I saw that match, and Jenna did not deserve to be put over!


----------



## obby (May 19, 2009)

reminds me of Kaitlyn in NXT season 3

perhaps this means she'll eventually evolve to become mediocre at best


----------



## randyorton8 (Aug 22, 2004)

I was really hoping to see Jo-Jo get in she looks like she can wrestle.Eva Marie is gorgeous,but she has no idea what she's doing out there.Shes being pushed because of total divas,but even walking to the ring she looks like a deer in the headlights 


Sent from Verticalsports.com Free App


----------



## december_blue (Dec 3, 2007)

Eva's debut brought back memories of that infamous Jackie Gayda mixed tag match lol


----------



## BaBy FireFly (Aug 23, 2011)

randyorton8 said:


> I was really hoping to see Jo-Jo get in she looks like she can wrestle.Eva Marie is gorgeous,but she has no idea what she's doing out there.Shes being pushed because of total divas,but even walking to the ring she looks like a deer in the headlights
> 
> 
> Sent from Verticalsports.com Free App


She just stands there with her arms up and then just drops them with no emotion lol

Sent from Verticalsports.com Free App


----------



## prodandimitrow (Dec 21, 2012)

obby said:


> reminds me of Kaitlyn in NXT season 3
> 
> perhaps this means she'll eventually evolve to become mediocre at best


At least Kaitlyn had passion about wrestling , i doubt Eva Marie has (havent watched total divas so im just assuming things).


----------



## JTB33b (Jun 26, 2007)

Just be glad we didn't see her trying to run ropes.

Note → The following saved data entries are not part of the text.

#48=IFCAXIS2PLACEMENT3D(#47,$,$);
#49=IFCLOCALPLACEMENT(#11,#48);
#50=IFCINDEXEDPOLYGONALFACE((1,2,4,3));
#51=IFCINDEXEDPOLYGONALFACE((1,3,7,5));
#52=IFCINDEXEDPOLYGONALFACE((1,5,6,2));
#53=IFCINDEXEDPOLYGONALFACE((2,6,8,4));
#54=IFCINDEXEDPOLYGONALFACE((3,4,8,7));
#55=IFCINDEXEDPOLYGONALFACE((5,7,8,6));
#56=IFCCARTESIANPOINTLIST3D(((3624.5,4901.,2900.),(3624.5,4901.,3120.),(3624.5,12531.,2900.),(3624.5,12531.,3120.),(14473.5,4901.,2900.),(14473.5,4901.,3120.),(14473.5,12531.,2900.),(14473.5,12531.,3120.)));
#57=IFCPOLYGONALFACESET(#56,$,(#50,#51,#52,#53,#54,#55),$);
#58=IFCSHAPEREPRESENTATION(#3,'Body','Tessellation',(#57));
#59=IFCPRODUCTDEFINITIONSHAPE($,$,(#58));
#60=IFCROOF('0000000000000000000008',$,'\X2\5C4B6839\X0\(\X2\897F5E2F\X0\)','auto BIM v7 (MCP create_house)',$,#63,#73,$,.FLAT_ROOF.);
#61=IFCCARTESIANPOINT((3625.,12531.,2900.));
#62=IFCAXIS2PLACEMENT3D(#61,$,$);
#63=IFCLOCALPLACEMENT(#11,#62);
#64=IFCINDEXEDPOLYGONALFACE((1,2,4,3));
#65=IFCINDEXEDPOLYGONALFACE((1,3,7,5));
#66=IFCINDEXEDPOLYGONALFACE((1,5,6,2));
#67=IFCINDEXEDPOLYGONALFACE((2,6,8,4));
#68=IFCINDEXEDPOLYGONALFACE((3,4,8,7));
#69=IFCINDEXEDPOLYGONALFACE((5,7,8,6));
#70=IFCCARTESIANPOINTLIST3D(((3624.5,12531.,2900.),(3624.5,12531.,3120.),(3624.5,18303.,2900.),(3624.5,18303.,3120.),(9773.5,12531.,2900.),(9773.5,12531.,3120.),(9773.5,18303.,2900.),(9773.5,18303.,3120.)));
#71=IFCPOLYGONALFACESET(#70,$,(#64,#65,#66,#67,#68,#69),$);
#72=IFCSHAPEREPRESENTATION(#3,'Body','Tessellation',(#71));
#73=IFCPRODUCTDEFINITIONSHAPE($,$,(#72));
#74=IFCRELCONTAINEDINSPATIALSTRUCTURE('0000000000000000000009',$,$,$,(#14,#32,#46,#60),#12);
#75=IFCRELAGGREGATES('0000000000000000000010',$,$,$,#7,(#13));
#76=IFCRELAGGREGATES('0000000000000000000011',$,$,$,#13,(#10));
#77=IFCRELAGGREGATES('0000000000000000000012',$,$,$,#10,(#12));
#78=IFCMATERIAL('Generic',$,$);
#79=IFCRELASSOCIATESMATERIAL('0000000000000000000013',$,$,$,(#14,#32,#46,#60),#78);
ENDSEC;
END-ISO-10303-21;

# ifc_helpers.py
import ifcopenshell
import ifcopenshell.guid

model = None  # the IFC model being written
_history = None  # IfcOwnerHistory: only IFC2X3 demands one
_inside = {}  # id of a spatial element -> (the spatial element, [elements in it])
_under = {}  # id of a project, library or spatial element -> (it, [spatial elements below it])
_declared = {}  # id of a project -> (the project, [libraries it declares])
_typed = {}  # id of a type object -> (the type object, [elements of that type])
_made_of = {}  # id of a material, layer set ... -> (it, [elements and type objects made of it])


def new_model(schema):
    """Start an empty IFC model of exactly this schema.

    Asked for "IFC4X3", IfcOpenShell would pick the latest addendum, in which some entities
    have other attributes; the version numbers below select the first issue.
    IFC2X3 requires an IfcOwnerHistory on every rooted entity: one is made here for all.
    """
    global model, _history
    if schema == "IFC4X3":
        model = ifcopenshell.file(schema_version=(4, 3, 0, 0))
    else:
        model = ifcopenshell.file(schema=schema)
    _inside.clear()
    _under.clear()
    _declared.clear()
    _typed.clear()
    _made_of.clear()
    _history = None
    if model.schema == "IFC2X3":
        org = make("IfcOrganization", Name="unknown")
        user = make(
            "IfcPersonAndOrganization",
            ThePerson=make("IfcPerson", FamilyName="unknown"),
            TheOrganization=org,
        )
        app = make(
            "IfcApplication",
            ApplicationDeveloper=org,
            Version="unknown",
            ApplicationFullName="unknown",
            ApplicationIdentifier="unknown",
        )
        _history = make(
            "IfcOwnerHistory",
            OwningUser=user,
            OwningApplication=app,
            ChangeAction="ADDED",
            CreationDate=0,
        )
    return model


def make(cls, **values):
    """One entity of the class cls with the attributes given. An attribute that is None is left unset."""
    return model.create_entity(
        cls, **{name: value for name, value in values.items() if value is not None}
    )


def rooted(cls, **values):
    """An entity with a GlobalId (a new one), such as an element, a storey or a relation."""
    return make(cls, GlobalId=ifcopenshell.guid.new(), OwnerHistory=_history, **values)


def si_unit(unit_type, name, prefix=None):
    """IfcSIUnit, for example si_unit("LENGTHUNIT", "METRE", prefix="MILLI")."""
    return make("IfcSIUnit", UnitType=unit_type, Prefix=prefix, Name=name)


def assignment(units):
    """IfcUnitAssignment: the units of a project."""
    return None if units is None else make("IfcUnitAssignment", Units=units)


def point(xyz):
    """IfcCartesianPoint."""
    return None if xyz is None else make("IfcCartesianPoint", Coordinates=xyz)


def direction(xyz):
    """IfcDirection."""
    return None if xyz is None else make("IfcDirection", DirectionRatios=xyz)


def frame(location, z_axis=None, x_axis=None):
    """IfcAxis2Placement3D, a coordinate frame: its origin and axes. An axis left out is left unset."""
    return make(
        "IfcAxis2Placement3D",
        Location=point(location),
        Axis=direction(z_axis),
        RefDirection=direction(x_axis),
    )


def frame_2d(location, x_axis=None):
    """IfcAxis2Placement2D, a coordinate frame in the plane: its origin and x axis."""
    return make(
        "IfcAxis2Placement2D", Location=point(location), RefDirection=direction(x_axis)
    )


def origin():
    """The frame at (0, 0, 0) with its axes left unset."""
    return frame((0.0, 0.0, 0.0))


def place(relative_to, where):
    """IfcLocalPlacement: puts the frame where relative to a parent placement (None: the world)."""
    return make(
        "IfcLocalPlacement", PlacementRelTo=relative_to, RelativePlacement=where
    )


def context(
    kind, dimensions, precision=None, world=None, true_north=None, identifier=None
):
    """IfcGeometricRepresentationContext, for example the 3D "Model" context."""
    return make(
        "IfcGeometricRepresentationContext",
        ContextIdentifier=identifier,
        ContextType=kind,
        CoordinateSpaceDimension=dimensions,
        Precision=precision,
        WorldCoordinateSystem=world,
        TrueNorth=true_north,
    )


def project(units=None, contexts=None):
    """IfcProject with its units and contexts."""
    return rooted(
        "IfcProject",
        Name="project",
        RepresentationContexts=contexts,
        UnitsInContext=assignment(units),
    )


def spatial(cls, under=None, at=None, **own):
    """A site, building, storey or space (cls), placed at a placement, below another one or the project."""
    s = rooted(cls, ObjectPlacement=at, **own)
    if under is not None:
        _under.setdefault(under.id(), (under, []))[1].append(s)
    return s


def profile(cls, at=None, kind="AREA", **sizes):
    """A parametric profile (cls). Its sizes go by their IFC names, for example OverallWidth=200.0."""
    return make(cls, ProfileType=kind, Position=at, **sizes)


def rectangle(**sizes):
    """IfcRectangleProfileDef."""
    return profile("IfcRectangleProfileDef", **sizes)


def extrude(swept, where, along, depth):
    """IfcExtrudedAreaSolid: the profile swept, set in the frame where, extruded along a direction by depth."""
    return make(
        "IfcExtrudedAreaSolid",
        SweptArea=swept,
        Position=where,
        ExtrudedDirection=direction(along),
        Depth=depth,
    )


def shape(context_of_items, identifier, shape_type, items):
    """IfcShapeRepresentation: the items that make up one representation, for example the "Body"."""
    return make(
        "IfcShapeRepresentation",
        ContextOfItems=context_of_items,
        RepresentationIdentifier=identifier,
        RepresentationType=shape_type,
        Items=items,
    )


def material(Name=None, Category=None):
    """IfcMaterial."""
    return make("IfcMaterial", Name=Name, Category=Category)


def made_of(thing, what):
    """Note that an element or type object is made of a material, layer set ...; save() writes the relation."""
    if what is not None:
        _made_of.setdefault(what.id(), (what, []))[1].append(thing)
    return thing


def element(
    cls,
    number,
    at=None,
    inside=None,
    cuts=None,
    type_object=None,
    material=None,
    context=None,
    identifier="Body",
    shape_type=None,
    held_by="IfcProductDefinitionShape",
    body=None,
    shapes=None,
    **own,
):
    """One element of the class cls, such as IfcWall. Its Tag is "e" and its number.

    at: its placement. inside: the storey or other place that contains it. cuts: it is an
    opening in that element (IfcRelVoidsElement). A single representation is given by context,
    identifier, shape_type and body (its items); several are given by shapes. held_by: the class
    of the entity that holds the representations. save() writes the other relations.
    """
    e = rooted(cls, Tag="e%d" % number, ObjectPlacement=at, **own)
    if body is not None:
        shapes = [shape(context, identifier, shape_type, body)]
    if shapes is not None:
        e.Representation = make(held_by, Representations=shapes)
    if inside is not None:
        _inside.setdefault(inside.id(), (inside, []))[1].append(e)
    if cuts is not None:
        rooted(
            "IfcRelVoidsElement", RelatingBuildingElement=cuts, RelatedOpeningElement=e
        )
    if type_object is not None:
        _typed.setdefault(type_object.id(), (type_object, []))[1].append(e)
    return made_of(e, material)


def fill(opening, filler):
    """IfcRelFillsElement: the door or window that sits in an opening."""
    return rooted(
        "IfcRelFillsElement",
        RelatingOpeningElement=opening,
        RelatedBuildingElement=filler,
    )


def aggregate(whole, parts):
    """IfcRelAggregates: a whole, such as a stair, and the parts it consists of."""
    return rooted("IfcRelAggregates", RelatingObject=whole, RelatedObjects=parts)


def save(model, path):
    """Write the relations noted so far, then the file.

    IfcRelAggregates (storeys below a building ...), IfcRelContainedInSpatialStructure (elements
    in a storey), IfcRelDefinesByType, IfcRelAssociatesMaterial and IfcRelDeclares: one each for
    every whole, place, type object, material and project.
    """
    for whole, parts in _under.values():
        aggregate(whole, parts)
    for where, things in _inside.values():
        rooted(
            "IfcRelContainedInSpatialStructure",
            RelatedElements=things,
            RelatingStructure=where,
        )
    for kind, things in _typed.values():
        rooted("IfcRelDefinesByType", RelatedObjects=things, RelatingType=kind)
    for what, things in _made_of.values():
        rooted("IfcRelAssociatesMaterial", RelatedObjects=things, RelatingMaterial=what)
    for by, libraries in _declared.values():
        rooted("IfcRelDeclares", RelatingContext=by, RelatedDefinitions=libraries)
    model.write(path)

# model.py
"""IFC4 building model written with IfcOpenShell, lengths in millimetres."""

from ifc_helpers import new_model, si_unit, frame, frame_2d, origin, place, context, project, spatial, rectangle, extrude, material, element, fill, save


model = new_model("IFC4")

She probally would have got tangled up in them. All she pretty much had to do was sell being kicked while laying on the mat and she couldn't even do that. I don't think you have to be told to not smile and laugh while being beaten up.


----------



## BaBy FireFly (Aug 23, 2011)

prodandimitrow said:


> At least Kaitlyn had passion about wrestling , i doubt Eva Marie has (havent watched total divas so im just assuming things).


She gets the maxim shoot and she was like its my biggest dream to be in maxim and I just rolled my eyes. Shes just using wwe for fame....at leat that's how I feel.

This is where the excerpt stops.